**** PROVIDED RECORDS ****
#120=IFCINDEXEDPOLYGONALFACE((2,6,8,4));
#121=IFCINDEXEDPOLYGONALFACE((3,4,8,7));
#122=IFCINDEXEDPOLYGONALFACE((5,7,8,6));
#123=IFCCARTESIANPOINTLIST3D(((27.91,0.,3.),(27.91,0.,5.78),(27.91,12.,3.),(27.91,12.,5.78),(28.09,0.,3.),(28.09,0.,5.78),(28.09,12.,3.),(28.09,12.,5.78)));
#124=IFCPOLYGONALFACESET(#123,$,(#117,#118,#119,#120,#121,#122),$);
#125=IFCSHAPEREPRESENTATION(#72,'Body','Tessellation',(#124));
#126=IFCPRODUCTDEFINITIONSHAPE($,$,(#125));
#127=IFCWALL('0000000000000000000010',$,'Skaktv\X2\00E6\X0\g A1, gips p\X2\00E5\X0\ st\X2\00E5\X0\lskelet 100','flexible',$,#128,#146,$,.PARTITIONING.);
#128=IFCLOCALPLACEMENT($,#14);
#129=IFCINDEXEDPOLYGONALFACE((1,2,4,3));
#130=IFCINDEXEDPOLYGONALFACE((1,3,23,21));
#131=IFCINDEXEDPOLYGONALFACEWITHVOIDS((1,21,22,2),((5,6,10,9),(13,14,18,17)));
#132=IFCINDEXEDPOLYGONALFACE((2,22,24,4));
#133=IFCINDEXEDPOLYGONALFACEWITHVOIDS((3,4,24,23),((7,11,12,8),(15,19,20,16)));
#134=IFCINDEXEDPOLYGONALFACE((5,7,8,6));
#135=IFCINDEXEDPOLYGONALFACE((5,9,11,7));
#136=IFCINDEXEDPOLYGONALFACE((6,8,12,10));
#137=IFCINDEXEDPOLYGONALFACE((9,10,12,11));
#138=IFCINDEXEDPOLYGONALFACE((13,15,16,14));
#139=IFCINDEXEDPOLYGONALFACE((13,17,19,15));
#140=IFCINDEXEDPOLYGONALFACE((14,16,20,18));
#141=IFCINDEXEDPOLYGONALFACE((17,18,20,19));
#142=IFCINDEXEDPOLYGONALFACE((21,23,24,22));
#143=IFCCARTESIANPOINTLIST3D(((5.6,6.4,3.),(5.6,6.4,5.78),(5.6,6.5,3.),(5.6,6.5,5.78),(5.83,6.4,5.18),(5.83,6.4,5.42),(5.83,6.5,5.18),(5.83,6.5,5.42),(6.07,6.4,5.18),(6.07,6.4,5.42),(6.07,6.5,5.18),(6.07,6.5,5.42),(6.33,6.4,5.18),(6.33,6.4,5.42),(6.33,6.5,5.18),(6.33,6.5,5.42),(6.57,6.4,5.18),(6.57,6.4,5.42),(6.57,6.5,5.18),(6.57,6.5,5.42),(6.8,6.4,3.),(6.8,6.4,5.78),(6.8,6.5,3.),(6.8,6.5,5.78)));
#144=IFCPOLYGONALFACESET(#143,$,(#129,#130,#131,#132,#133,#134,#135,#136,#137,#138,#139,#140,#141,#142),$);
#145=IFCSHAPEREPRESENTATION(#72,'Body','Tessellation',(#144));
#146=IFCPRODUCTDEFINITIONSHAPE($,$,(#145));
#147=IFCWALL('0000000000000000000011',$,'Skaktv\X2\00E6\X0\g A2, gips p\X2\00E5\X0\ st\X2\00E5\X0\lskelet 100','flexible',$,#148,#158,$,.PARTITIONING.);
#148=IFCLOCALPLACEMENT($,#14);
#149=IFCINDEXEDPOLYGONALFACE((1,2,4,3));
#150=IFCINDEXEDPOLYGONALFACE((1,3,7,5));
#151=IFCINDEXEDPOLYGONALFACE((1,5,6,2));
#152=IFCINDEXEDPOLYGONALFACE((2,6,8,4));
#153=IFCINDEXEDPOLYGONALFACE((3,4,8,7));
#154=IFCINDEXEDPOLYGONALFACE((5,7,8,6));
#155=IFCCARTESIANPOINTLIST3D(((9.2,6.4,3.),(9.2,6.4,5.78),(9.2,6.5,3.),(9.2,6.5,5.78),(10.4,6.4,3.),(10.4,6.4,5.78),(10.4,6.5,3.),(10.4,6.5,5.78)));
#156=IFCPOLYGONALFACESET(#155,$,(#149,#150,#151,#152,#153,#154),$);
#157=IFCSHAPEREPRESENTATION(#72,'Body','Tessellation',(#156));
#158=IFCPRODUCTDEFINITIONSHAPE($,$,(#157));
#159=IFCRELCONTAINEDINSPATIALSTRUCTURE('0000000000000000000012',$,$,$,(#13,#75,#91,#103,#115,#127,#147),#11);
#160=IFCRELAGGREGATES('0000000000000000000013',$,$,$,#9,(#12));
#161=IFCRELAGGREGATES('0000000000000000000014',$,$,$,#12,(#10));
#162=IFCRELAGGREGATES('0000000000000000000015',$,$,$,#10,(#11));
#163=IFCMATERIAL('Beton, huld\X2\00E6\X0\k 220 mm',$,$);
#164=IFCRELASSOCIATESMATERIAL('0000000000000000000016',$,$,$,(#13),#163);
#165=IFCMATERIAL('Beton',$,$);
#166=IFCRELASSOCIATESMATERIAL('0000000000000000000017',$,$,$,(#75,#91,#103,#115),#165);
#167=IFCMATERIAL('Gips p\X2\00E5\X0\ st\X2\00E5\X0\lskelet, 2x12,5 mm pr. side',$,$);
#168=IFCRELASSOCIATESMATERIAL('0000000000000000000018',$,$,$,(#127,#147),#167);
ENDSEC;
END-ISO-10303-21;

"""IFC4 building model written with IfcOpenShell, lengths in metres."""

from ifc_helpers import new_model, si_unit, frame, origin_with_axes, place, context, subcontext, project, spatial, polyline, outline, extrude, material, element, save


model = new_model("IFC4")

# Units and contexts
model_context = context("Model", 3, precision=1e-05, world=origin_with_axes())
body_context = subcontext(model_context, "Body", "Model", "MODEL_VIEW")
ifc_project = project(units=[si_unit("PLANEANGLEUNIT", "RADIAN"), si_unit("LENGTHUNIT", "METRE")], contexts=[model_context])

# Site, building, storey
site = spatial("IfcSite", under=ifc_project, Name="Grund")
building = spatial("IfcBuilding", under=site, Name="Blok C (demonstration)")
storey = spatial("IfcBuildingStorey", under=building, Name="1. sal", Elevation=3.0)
****
### AIM OF THE EXERCISE
Scan the data above, please, and give the number of lines where the word "IFCINDEXEDPOLYGONALFACEWITHVOIDS" occurs, with no further text.

### RESPONSE TO THE TASK
2